- _What to work on_: Below are the records; copy exactly the stretch from the line containing "#93=IFCPRODUCTDEFINITIONSHAPE($,$,(#92));" through the line containing "#105=IFCPRODUCTDEFINITIONSHAPE($,$,(#104));", both ends included, and nothing else.

BEGIN Record extracts

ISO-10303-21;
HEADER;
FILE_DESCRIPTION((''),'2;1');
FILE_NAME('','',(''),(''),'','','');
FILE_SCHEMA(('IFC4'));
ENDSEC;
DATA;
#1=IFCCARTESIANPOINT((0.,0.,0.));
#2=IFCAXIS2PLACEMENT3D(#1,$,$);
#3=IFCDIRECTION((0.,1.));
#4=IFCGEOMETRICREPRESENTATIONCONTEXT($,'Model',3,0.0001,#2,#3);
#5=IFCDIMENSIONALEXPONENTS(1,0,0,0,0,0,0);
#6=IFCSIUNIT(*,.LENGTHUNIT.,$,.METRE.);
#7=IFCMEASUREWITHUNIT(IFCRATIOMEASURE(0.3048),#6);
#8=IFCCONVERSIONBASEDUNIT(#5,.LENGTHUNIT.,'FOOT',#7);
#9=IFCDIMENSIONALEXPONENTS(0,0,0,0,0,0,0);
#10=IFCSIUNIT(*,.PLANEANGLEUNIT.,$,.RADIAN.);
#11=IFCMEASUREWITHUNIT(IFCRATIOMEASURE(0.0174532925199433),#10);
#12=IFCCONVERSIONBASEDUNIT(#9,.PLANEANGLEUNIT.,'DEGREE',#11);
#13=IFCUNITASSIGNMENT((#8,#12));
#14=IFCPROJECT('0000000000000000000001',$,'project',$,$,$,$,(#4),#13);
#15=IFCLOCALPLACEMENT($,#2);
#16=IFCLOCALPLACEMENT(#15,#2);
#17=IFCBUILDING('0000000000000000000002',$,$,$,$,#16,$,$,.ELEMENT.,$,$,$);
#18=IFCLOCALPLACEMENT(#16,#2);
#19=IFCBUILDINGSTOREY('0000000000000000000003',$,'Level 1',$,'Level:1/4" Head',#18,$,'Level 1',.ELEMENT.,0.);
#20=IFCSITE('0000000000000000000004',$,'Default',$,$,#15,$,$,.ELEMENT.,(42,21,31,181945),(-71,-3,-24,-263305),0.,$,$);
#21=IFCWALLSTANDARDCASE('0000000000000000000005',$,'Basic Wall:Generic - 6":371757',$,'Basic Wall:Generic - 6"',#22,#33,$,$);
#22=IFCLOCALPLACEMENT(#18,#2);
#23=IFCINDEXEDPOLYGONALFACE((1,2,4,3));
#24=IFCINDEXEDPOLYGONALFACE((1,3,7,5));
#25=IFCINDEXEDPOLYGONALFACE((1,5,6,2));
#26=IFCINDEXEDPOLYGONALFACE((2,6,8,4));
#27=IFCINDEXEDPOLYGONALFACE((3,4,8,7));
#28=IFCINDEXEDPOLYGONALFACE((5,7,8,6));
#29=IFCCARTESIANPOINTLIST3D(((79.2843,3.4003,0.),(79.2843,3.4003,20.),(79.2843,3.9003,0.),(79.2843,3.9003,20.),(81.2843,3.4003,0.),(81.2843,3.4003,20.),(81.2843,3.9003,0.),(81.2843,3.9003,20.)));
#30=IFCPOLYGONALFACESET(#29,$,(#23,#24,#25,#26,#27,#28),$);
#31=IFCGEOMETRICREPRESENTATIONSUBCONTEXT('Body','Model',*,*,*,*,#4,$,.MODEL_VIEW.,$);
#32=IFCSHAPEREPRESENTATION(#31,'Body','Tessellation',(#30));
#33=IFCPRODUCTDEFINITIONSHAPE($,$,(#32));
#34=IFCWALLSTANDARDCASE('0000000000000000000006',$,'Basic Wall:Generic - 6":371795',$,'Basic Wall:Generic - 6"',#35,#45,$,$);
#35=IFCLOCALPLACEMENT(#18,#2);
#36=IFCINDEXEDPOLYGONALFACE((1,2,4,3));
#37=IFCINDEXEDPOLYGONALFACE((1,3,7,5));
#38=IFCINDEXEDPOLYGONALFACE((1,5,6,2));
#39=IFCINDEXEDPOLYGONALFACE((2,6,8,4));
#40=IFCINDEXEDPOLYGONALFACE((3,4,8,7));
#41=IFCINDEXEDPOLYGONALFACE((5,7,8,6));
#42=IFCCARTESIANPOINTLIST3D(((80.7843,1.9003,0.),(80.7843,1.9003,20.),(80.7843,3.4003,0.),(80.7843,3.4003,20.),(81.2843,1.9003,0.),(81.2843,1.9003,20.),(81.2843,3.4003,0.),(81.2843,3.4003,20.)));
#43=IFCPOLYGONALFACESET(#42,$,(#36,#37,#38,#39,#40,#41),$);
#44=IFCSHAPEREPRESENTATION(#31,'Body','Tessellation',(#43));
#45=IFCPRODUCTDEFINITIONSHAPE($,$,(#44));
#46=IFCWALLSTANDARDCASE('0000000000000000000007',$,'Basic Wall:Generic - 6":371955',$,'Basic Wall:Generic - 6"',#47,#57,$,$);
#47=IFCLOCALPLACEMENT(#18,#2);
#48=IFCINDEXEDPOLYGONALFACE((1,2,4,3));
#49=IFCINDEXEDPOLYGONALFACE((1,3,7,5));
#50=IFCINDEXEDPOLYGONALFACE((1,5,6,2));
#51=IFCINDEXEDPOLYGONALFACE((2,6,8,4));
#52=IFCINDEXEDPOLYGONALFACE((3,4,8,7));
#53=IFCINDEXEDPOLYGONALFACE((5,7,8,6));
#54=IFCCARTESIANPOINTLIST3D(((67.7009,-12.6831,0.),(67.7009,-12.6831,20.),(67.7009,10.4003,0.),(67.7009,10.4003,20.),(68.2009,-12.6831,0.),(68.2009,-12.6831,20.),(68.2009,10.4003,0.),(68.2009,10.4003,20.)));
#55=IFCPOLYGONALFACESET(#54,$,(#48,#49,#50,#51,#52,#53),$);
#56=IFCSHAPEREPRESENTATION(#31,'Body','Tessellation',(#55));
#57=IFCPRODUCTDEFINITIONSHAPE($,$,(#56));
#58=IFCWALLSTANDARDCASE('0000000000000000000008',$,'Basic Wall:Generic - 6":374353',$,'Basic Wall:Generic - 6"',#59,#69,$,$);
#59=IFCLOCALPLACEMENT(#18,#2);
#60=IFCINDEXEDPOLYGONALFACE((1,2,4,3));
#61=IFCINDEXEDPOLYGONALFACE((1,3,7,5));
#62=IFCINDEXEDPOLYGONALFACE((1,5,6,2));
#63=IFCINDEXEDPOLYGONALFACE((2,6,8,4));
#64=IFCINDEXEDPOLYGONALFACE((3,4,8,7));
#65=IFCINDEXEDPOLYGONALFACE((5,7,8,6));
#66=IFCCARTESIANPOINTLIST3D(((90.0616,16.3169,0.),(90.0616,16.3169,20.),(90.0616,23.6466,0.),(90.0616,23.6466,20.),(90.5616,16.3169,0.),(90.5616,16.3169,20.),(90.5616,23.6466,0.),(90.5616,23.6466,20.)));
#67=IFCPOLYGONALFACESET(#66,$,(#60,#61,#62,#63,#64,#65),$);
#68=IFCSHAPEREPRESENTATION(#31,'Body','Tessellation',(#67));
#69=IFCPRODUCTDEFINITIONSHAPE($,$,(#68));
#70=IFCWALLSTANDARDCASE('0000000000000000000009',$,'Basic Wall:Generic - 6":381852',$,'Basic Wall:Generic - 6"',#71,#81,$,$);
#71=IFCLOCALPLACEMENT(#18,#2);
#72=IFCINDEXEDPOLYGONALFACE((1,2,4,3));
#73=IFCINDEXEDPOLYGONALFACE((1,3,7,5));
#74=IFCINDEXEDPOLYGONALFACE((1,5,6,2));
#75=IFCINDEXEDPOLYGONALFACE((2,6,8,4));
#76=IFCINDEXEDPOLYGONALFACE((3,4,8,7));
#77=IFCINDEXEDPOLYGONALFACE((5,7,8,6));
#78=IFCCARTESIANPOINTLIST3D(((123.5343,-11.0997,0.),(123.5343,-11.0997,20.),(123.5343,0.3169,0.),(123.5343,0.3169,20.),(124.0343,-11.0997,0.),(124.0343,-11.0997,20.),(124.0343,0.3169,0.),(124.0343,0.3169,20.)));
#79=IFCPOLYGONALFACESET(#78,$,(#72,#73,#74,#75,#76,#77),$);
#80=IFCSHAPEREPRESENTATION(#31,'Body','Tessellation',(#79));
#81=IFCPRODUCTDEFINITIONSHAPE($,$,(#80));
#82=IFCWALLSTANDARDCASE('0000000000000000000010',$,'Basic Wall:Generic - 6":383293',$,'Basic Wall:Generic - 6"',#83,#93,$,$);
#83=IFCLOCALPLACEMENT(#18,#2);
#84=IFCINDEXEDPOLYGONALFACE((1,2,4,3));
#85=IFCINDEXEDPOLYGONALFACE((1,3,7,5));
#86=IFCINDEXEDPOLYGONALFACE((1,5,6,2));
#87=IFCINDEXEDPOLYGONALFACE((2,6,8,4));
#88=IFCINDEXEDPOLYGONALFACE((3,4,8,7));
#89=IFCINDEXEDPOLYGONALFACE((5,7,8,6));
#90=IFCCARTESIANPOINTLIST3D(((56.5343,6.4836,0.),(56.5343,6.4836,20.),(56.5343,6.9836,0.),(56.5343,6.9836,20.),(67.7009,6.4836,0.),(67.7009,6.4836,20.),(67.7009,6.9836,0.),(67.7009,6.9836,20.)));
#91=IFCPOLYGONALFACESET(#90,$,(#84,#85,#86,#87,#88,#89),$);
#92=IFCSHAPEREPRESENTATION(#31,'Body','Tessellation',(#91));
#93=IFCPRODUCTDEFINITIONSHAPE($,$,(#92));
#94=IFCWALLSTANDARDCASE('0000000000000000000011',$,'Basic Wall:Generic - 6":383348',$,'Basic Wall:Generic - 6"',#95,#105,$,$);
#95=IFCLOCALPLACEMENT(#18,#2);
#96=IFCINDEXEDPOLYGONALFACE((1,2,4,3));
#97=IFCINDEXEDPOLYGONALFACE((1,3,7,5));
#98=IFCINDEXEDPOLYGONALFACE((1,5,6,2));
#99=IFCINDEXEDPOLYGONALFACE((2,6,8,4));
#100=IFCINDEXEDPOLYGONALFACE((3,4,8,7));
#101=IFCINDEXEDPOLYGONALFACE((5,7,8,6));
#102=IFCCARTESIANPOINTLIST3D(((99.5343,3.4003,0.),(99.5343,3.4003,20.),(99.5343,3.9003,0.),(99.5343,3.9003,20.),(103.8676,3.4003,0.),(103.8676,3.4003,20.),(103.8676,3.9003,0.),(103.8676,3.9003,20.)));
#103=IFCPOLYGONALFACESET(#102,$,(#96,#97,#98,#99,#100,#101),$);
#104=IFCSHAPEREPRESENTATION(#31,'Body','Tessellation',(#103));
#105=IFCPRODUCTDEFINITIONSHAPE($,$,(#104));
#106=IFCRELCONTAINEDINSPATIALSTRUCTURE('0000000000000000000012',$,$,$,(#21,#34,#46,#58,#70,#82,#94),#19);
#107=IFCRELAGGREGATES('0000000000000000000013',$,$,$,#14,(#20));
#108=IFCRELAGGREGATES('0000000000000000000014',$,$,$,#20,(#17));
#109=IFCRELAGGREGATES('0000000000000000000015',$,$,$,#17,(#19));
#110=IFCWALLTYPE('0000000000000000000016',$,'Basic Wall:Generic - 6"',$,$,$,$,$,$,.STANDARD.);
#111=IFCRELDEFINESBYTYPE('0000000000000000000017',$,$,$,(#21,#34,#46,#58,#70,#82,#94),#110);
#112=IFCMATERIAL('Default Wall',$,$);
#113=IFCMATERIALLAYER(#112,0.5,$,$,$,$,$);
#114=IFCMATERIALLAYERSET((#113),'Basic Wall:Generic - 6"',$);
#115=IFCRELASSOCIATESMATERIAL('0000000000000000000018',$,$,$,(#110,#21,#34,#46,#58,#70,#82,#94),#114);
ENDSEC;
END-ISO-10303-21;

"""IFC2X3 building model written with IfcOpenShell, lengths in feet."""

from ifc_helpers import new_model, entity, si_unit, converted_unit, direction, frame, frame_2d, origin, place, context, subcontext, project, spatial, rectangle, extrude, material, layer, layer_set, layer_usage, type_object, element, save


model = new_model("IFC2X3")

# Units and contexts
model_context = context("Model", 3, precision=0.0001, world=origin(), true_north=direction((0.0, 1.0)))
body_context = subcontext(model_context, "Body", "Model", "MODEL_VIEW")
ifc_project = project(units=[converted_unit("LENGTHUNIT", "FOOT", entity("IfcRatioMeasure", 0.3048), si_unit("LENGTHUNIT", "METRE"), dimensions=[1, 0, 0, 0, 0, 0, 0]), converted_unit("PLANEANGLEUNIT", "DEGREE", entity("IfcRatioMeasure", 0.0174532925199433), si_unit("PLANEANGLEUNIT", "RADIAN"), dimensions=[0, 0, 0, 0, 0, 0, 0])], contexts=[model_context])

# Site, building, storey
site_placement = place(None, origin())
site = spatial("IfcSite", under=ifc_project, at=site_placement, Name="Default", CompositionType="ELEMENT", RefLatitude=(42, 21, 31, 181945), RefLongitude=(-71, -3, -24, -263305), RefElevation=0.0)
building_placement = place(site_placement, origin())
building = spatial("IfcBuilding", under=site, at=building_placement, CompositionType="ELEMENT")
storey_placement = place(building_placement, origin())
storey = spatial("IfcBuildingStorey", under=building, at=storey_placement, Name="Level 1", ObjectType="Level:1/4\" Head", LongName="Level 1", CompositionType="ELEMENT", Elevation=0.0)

END Record extracts
BEGIN Record extracts

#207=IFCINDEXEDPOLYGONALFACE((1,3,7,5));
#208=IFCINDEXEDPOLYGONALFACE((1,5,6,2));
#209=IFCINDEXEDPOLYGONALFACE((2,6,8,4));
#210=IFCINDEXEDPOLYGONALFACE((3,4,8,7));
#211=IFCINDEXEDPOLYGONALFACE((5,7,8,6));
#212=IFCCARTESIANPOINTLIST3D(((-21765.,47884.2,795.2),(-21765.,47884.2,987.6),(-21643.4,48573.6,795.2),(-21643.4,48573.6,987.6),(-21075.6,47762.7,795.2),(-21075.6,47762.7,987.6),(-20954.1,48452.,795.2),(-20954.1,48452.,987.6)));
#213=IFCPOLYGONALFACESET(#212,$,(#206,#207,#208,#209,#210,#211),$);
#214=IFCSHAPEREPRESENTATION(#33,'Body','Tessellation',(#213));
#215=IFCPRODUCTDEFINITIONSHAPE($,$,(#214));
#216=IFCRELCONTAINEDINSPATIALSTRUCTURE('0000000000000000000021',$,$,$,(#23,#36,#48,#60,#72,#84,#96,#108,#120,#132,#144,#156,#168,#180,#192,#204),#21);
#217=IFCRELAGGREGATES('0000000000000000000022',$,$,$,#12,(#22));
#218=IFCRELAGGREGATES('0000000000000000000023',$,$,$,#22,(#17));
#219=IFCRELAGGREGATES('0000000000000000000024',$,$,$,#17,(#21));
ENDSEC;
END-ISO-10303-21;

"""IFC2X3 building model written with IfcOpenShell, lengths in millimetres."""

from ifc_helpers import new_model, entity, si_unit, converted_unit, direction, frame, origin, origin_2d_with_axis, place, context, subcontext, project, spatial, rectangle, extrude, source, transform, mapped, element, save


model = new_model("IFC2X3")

END Record extracts
BEGIN Record extracts

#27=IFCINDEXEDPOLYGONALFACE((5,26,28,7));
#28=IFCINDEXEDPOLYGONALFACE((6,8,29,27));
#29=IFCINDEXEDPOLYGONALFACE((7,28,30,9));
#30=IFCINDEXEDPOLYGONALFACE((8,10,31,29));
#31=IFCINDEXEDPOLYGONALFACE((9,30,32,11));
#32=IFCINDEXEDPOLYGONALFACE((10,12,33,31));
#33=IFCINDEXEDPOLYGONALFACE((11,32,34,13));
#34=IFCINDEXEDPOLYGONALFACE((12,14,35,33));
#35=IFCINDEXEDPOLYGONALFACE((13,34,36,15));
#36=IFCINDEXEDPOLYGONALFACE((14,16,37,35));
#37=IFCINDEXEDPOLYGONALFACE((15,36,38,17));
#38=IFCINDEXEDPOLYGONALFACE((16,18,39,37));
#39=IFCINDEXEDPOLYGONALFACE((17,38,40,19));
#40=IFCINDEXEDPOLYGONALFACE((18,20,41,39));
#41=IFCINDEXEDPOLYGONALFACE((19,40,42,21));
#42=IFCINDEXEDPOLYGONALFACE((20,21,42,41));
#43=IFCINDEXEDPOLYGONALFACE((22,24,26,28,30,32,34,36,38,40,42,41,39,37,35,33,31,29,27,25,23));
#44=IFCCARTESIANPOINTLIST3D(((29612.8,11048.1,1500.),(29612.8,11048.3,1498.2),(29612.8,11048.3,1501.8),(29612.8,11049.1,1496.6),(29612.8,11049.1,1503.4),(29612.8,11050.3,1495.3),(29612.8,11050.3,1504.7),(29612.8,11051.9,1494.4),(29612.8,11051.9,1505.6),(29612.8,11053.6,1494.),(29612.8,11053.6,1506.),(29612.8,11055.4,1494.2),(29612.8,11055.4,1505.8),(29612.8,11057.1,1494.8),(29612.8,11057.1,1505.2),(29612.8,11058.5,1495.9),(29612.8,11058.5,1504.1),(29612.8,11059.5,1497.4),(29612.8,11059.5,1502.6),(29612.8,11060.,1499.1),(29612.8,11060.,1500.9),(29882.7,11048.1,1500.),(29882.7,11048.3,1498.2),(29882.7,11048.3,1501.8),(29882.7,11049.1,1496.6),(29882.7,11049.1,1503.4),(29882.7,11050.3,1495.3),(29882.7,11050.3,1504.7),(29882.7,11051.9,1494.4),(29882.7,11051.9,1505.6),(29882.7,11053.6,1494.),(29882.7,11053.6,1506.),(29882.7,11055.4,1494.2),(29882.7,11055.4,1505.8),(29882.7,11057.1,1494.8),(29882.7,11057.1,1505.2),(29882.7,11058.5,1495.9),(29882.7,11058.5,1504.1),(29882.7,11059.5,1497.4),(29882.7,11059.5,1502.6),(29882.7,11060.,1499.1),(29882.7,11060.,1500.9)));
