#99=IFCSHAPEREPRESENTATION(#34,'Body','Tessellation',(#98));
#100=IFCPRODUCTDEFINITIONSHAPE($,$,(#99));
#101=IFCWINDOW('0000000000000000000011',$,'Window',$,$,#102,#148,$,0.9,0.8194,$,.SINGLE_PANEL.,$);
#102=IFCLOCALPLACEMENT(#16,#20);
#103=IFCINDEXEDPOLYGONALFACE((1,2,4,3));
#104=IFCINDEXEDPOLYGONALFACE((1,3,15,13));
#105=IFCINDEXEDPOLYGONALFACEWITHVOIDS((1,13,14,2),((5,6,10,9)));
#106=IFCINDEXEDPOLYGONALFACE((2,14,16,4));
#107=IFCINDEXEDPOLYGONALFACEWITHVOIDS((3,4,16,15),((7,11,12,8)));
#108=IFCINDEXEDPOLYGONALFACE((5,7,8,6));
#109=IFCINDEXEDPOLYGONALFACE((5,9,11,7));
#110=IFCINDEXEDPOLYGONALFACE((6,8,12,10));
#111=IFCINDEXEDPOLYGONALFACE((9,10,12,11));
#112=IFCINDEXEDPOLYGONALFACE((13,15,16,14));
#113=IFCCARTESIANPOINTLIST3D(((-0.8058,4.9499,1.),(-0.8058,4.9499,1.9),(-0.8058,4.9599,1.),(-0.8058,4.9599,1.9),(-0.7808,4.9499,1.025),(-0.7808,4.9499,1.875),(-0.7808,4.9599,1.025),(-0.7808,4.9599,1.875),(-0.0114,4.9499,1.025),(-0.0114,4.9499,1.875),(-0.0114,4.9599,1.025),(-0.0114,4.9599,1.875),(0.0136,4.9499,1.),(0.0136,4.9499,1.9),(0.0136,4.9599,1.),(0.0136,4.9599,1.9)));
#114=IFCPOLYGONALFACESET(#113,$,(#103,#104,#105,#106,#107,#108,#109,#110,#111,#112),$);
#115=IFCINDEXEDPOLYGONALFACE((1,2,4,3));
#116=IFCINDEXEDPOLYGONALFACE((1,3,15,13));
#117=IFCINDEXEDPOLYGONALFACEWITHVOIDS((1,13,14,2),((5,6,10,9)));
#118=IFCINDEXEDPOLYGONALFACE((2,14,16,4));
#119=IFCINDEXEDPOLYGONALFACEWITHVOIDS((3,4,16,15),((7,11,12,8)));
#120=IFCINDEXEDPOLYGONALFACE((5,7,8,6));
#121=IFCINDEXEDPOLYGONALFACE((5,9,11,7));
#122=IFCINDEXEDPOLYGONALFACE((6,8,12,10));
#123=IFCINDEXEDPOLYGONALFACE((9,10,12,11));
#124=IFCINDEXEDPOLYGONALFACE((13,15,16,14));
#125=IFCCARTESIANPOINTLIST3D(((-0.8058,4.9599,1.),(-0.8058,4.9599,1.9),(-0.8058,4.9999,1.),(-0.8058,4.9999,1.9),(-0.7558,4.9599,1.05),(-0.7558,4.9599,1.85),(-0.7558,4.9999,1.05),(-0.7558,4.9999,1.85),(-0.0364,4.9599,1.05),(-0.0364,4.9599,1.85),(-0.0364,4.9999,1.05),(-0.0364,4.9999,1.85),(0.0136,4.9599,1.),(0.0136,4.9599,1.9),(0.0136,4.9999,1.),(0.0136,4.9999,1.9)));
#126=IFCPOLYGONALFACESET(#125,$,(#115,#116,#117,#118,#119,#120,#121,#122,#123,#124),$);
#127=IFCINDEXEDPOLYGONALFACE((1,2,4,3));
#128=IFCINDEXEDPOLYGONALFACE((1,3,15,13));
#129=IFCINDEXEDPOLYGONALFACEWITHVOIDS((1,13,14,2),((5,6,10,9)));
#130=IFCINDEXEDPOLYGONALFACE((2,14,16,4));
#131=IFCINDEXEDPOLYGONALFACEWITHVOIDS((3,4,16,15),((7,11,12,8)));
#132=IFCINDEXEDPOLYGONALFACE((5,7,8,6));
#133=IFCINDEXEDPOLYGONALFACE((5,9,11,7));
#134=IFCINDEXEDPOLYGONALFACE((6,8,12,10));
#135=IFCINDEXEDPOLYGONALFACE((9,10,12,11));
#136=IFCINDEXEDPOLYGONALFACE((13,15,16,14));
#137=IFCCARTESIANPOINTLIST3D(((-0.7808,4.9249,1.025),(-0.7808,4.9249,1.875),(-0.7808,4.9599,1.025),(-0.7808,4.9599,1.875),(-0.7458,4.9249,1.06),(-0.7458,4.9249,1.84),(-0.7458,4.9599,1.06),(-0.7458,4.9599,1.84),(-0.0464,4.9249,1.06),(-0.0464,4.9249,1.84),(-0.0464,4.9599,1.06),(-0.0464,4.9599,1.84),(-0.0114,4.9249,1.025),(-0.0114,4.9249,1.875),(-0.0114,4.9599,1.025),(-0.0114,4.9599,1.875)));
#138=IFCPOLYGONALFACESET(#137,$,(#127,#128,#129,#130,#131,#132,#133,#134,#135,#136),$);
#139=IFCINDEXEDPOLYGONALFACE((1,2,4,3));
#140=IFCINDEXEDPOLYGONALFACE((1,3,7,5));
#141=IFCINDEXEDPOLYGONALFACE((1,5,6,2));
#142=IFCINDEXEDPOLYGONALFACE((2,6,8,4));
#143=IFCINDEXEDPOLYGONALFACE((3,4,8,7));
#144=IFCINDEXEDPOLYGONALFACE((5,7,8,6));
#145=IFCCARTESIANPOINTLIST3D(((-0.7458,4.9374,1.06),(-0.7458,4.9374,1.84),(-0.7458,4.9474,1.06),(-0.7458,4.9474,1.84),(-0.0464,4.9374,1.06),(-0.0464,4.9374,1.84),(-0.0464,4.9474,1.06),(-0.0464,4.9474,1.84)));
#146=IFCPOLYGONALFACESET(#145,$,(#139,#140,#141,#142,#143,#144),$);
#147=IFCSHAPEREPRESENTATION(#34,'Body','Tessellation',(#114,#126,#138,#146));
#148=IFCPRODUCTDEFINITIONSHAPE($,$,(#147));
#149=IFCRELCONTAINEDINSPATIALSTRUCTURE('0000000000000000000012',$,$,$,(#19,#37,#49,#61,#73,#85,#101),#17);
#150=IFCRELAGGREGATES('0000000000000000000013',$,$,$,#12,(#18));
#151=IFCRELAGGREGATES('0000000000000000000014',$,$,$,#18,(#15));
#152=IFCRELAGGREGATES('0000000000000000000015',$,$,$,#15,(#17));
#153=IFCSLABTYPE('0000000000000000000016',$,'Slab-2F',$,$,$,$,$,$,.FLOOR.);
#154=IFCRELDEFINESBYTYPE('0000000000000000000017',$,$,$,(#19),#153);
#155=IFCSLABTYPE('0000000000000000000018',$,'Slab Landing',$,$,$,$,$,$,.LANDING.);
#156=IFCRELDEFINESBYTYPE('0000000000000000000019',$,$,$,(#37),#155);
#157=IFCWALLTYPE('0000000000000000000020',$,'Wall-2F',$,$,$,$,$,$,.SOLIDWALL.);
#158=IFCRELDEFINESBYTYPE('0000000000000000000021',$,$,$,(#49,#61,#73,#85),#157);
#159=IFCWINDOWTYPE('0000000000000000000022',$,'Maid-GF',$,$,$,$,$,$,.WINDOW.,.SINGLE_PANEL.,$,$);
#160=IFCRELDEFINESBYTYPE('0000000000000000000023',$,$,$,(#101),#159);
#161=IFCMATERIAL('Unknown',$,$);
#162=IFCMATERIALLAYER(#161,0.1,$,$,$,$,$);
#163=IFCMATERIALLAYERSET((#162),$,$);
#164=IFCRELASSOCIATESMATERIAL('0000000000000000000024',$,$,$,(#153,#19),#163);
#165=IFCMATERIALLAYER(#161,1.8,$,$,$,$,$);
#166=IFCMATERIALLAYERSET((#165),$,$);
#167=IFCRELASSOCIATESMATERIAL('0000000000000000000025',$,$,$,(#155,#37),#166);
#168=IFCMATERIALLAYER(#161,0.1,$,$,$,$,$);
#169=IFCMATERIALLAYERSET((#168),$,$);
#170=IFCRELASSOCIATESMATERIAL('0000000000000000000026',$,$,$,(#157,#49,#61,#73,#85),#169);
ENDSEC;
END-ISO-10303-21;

END Record extracts

- _Answer for the task_:
#93=IFCPRODUCTDEFINITIONSHAPE($,$,(#92));
#94=IFCWALLSTANDARDCASE('0000000000000000000011',$,'Basic Wall:Generic - 6":383348',$,'Basic Wall:Generic - 6"',#95,#105,$,$);
#95=IFCLOCALPLACEMENT(#18,#2);
#96=IFCINDEXEDPOLYGONALFACE((1,2,4,3));
#97=IFCINDEXEDPOLYGONALFACE((1,3,7,5));
#98=IFCINDEXEDPOLYGONALFACE((1,5,6,2));
#99=IFCINDEXEDPOLYGONALFACE((2,6,8,4));
#100=IFCINDEXEDPOLYGONALFACE((3,4,8,7));
#101=IFCINDEXEDPOLYGONALFACE((5,7,8,6));
#102=IFCCARTESIANPOINTLIST3D(((99.5343,3.4003,0.),(99.5343,3.4003,20.),(99.5343,3.9003,0.),(99.5343,3.9003,20.),(103.8676,3.4003,0.),(103.8676,3.4003,20.),(103.8676,3.9003,0.),(103.8676,3.9003,20.)));
#103=IFCPOLYGONALFACESET(#102,$,(#96,#97,#98,#99,#100,#101),$);
#104=IFCSHAPEREPRESENTATION(#31,'Body','Tessellation',(#103));
#105=IFCPRODUCTDEFINITIONSHAPE($,$,(#104));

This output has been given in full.